My daughter is almost three and we live in a Canadian province that's in the
midst of a serious cold snap. We got some snow last night. The drive to
daycare was slower than usual - roads were extremely slippery and it was an
all around ugly commute.

We drive by a performing arts/theatre complex on our way to daycare. The Arts
Centre has very bright lights. With a light snow fall and ice crystals in the
air, it looked like the light shone up in columns in the sky. Lauren was blown
away by it, "See daddy, see daddy!"

I have seen that effect so many hundreds of times in my life that I don't even
notice it, but my toddler was absolutely mesmerized by it.
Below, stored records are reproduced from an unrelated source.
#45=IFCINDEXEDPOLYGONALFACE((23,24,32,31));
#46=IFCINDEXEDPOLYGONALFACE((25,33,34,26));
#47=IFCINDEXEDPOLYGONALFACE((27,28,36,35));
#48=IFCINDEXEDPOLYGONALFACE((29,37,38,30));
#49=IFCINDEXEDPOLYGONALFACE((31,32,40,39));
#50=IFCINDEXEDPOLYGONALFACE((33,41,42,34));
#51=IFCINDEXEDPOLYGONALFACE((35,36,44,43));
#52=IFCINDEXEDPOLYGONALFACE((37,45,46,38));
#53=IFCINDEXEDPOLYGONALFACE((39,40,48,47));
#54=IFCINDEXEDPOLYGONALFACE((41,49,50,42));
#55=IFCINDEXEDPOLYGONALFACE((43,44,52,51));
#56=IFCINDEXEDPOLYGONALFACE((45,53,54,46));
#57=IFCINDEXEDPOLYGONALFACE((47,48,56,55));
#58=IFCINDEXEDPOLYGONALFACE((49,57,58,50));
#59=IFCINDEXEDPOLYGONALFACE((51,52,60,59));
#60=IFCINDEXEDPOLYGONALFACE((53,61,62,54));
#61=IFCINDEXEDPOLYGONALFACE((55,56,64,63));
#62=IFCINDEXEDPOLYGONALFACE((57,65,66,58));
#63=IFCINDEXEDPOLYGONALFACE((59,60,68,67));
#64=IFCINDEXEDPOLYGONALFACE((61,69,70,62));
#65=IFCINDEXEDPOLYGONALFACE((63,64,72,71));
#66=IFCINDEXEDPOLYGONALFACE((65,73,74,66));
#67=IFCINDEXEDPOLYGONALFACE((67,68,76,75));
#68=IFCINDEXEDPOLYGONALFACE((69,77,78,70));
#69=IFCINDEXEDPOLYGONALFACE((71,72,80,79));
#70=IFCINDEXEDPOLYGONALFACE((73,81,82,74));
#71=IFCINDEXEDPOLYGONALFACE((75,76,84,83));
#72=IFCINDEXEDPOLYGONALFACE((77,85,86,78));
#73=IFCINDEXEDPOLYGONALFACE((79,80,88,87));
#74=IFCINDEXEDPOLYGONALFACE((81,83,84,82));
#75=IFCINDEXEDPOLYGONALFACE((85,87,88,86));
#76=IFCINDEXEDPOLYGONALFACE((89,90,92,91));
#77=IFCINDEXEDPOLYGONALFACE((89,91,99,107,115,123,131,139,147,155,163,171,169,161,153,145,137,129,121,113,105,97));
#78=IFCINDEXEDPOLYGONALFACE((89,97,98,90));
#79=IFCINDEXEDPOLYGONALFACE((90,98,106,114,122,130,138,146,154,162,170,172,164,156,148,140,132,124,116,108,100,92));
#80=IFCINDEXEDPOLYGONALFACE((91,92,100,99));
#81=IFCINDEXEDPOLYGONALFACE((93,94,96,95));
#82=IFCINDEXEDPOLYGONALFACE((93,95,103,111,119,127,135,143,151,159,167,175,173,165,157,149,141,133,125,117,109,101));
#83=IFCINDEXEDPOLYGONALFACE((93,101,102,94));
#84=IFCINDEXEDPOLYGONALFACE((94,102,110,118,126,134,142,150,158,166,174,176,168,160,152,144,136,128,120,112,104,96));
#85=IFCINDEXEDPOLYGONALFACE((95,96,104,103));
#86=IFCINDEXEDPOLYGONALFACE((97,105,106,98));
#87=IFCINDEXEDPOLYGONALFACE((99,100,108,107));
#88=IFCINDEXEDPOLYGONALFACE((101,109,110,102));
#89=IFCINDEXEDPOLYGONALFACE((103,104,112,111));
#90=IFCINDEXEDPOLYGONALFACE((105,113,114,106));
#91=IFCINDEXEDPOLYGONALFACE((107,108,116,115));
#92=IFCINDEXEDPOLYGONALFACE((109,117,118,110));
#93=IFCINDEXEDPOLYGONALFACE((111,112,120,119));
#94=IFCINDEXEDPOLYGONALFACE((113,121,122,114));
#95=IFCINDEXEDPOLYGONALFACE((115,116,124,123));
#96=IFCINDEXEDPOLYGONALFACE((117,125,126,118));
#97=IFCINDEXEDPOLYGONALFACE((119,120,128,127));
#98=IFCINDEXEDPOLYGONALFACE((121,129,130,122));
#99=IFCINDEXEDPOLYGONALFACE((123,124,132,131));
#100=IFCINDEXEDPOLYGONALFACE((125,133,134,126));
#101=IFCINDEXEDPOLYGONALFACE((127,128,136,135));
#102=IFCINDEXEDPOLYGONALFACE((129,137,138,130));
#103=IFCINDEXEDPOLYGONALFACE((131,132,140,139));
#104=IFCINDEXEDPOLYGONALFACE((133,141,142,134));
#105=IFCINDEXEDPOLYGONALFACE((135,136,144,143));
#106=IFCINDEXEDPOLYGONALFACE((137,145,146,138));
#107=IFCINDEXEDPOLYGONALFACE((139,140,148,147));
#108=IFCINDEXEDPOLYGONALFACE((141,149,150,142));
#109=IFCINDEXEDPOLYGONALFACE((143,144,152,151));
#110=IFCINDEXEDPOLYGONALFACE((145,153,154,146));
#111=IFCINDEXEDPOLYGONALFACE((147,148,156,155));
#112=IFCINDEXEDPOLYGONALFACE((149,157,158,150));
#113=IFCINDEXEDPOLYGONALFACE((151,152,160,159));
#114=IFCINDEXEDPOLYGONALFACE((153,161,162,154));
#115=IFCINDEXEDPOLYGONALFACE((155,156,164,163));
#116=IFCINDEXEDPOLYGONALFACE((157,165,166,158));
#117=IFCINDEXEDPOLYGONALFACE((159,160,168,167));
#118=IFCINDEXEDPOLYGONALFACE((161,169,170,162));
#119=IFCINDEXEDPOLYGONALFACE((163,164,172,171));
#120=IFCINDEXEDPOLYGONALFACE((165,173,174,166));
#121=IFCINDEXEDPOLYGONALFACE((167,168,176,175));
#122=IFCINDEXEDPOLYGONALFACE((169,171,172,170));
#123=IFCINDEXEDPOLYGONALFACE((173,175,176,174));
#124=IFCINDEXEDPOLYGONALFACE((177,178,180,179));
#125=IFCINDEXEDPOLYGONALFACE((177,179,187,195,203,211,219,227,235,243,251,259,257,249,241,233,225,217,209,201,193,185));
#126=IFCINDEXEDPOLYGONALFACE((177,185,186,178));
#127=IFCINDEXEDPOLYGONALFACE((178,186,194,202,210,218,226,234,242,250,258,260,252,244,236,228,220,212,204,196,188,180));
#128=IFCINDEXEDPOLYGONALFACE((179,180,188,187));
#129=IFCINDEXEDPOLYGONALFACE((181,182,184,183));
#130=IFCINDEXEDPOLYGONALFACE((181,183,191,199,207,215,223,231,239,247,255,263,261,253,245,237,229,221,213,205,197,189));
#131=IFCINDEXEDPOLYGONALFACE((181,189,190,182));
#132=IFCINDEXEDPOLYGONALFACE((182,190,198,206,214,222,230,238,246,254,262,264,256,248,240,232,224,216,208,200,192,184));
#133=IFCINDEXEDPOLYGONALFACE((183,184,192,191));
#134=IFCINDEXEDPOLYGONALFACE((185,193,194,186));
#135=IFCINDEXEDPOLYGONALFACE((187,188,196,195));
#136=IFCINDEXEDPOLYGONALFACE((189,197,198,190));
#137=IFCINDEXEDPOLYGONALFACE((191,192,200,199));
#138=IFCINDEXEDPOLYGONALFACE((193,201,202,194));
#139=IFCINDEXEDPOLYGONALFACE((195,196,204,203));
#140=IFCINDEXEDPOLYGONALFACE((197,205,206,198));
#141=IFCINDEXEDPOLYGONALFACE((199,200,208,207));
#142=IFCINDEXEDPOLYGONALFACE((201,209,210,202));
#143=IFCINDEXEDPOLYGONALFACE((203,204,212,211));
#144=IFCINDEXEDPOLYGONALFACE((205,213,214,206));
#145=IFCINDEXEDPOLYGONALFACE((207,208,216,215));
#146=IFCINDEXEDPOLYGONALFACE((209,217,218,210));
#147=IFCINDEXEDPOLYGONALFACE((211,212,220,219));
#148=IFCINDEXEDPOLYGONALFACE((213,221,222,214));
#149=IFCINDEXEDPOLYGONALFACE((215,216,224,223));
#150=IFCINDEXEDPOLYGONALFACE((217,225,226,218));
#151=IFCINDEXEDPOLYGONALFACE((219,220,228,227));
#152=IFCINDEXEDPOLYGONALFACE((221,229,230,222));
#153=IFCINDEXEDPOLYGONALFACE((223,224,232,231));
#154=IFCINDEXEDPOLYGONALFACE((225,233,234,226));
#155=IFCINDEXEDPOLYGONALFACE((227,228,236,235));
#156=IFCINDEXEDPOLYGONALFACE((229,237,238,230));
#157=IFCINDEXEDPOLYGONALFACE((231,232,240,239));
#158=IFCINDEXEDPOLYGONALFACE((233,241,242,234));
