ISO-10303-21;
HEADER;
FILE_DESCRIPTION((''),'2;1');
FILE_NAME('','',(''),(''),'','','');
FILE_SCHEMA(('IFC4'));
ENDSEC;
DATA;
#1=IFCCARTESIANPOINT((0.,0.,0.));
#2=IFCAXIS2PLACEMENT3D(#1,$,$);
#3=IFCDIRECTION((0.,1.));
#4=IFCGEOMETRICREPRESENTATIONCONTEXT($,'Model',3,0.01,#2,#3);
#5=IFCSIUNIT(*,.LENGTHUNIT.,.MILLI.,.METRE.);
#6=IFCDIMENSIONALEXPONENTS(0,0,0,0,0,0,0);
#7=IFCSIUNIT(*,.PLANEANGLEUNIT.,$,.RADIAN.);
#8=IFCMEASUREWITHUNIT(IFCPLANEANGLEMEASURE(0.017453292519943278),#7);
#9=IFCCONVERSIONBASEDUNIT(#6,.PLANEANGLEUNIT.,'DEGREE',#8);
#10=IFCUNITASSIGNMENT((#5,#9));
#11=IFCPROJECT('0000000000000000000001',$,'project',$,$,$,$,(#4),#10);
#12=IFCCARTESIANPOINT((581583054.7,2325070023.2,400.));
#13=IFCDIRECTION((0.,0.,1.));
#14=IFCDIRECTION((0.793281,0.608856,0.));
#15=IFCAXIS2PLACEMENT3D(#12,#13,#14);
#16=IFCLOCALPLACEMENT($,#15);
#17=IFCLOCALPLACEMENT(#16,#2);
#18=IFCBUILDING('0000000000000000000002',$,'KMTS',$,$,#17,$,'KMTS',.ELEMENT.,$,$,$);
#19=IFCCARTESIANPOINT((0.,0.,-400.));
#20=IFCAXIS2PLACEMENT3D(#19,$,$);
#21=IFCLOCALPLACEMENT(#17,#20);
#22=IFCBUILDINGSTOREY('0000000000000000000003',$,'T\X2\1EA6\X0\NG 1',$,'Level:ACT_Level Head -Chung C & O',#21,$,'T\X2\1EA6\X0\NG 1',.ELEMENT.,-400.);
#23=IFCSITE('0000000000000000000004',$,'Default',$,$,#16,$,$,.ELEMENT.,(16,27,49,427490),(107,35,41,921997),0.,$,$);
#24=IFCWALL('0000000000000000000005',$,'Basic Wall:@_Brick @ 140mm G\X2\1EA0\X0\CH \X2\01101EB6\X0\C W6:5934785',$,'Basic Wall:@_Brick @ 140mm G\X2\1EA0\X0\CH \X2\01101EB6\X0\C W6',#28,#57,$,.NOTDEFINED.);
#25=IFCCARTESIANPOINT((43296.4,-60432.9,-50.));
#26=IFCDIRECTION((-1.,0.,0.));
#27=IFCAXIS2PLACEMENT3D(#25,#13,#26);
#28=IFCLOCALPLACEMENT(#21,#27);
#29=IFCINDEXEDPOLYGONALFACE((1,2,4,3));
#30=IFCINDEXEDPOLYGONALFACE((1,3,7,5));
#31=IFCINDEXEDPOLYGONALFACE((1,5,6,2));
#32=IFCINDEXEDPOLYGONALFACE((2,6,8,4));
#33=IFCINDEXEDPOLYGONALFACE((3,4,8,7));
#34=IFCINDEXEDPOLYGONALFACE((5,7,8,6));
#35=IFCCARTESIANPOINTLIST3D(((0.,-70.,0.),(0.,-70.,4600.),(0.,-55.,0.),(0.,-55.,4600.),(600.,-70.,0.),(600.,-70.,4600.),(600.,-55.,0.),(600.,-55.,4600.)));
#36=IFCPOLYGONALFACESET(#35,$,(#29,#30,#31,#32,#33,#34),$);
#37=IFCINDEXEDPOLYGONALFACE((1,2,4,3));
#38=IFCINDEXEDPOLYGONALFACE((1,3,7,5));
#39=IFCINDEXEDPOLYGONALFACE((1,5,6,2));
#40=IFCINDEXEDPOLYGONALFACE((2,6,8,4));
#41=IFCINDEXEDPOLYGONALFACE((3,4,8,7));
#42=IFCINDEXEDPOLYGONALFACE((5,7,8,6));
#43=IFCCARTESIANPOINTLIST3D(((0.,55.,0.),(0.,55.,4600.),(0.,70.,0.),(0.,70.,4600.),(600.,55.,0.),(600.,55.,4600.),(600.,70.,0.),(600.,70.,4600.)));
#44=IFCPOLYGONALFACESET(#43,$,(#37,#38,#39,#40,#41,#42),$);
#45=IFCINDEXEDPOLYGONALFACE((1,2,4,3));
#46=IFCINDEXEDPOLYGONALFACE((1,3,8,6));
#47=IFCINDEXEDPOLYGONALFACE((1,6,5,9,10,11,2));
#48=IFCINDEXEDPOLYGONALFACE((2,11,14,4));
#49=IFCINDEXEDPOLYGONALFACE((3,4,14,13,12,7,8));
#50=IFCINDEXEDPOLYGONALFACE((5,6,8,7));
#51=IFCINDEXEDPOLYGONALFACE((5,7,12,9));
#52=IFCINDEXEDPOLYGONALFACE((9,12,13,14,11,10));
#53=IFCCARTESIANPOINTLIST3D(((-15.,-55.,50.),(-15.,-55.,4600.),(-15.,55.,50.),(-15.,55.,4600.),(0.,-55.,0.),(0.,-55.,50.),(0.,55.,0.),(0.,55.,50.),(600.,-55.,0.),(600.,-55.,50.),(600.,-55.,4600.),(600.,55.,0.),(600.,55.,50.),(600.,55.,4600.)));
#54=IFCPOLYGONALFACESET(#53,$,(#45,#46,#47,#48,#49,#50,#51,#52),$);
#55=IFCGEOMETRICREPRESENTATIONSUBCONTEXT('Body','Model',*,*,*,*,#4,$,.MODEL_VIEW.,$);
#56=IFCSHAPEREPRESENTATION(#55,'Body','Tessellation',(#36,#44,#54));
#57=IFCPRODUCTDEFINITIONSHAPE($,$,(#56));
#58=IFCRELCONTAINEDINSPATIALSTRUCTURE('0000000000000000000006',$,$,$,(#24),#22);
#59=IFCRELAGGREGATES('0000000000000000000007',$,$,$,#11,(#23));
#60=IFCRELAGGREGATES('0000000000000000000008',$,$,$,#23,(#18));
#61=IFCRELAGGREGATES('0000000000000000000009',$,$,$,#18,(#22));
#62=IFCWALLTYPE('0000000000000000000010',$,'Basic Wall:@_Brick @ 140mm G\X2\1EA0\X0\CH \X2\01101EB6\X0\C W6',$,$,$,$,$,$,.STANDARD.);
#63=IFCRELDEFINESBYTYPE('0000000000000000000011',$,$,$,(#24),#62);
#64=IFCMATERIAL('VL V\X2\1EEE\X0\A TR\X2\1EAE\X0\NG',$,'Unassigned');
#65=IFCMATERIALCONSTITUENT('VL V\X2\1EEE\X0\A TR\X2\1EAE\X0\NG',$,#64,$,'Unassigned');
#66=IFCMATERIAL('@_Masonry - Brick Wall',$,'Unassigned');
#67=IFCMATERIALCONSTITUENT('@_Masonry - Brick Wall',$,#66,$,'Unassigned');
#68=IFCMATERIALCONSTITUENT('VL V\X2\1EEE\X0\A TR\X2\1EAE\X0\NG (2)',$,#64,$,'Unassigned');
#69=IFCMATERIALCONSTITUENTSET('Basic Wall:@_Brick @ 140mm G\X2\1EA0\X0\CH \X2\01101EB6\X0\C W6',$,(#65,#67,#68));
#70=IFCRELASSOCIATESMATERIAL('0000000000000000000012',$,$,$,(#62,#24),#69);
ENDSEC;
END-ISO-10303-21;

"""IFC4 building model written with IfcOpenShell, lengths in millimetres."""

from ifc_helpers import new_model, entity, si_unit, converted_unit, direction, frame, origin, place, context, subcontext, project, spatial, indexed_curve, outline, extrude, material, constituent, constituent_set, type_object, element, save


model = new_model("IFC4")

# Units and contexts
model_context = context("Model", 3, precision=0.01, world=origin(), true_north=direction((0.0, 1.0)))
body_context = subcontext(model_context, "Body", "Model", "MODEL_VIEW")
ifc_project = project(units=[si_unit("LENGTHUNIT", "METRE", prefix="MILLI"), converted_unit("PLANEANGLEUNIT", "DEGREE", entity("IfcPlaneAngleMeasure", 0.017453292519943278), si_unit("PLANEANGLEUNIT", "RADIAN"), dimensions=[0, 0, 0, 0, 0, 0, 0])], contexts=[model_context])

# Site, building, storey
site_placement = place(None, frame((581583054.7, 2325070023.2, 400.0), z_axis=(0.0, 0.0, 1.0), x_axis=(0.793281, 0.608856, 0.0)))
site = spatial("IfcSite", under=ifc_project, at=site_placement, Name="Default", CompositionType="ELEMENT", RefLatitude=(16, 27, 49, 427490), RefLongitude=(107, 35, 41, 921997), RefElevation=0.0)
building_placement = place(site_placement, origin())
building = spatial("IfcBuilding", under=site, at=building_placement, Name="KMTS", LongName="KMTS", CompositionType="ELEMENT")
storey_placement = place(building_placement, frame((0.0, 0.0, -400.0)))
storey = spatial("IfcBuildingStorey", under=building, at=storey_placement, Name="TẦNG 1", ObjectType="Level:ACT_Level Head -Chung C & O", LongName="TẦNG 1", CompositionType="ELEMENT", Elevation=-400.0)

# Shared definitions
ifc_material_1 = material(Name="VL VỮA TRẮNG", Category="Unassigned")

# Wall
ifc_constituent_1 = constituent(ifc_material_1, Name="VL VỮA TRẮNG", Category="Unassigned")
ifc_material_2 = material(Name="@_Masonry - Brick Wall", Category="Unassigned")
ifc_constituent_2 = constituent(ifc_material_2, Name="@_Masonry - Brick Wall", Category="Unassigned")
ifc_constituent_3 = constituent(ifc_material_1, Name="VL VỮA TRẮNG (2)", Category="Unassigned")
ifc_constituent_set_1 = constituent_set(constituents=[ifc_constituent_1, ifc_constituent_2, ifc_constituent_3], Name="Basic Wall:@_Brick @ 140mm GẠCH ĐẶC W6")
wall_type_1 = type_object("IfcWallType", Name="Basic Wall:@_Brick @ 140mm GẠCH ĐẶC W6", PredefinedType="STANDARD", material=ifc_constituent_set_1)
wall_1_placement = place(storey_placement, frame((43296.4, -60432.9, -50.0), z_axis=(0.0, 0.0, 1.0), x_axis=(-1.0, 0.0, 0.0)))
element("IfcWall", 1, at=wall_1_placement, inside=storey, type_object=wall_type_1, material=ifc_constituent_set_1, Name="Basic Wall:@_Brick @ 140mm GẠCH ĐẶC W6:5934785", ObjectType="Basic Wall:@_Brick @ 140mm GẠCH ĐẶC W6", PredefinedType="NOTDEFINED", context=body_context, shape_type="SweptSolid", body=[
    extrude(outline(indexed_curve([(-7.5, -300.0), (7.5, -300.0), (7.5, 300.0), (-7.5, 300.0), (-7.5, -300.0)], self_intersect=False)), frame((300.0, -62.5, 0.0), z_axis=(0.0, 0.0, 1.0), x_axis=(0.0, 1.0, 0.0)), (0.0, 0.0, 1.0), 4600.0),
    extrude(outline(indexed_curve([(-7.5, -300.0), (7.5, -300.0), (7.5, 300.0), (-7.5, 300.0), (-7.5, -300.0)], self_intersect=False)), frame((300.0, 62.5, 0.0), z_axis=(0.0, 0.0, 1.0), x_axis=(0.0, -1.0, 0.0)), (0.0, 0.0, 1.0), 4600.0),
    extrude(outline(indexed_curve([(-1335.7, -347.1), (-1285.7, -347.1), (3264.3, -347.1), (3264.3, 267.9), (-1285.7, 267.9), (-1285.7, 252.9), (-1335.7, 252.9), (-1335.7, -347.1)], self_intersect=False)), frame((252.9, 55.0, 1335.7), z_axis=(0.0, -1.0, 0.0), x_axis=(0.0, 0.0, 1.0)), (0.0, 0.0, 1.0), 110.0),
])

save(model, "model.ifc")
There is a lot of
wonder in the world and, for me at least, having a little person pointing out
all that wonder really helped!

For the love of all that you consider holy, don't have kids because you're
bored!

------
kleer001
This is an existential algorithm that everyone alive has to go through. It
seems to me that you're asking about the solutions people who live in joy have
found and/or made. It always involves a 'higher purpose'.

Some inherited them, some build them from the bottom of a terrible hole.
Nobody alive has been able to create a new one from scratch.

Personally I found my purpose through lots of lectures and research into the
ground truth of physical and metaphorical reality that all humans are subject
to here on earth. Hint, lots of the solutions I 'discovered' and understood
have been well established for millennia, a.k.a. there's no secret. Still,
just as an addict has to want to change we have to find that purpose for
ourselves.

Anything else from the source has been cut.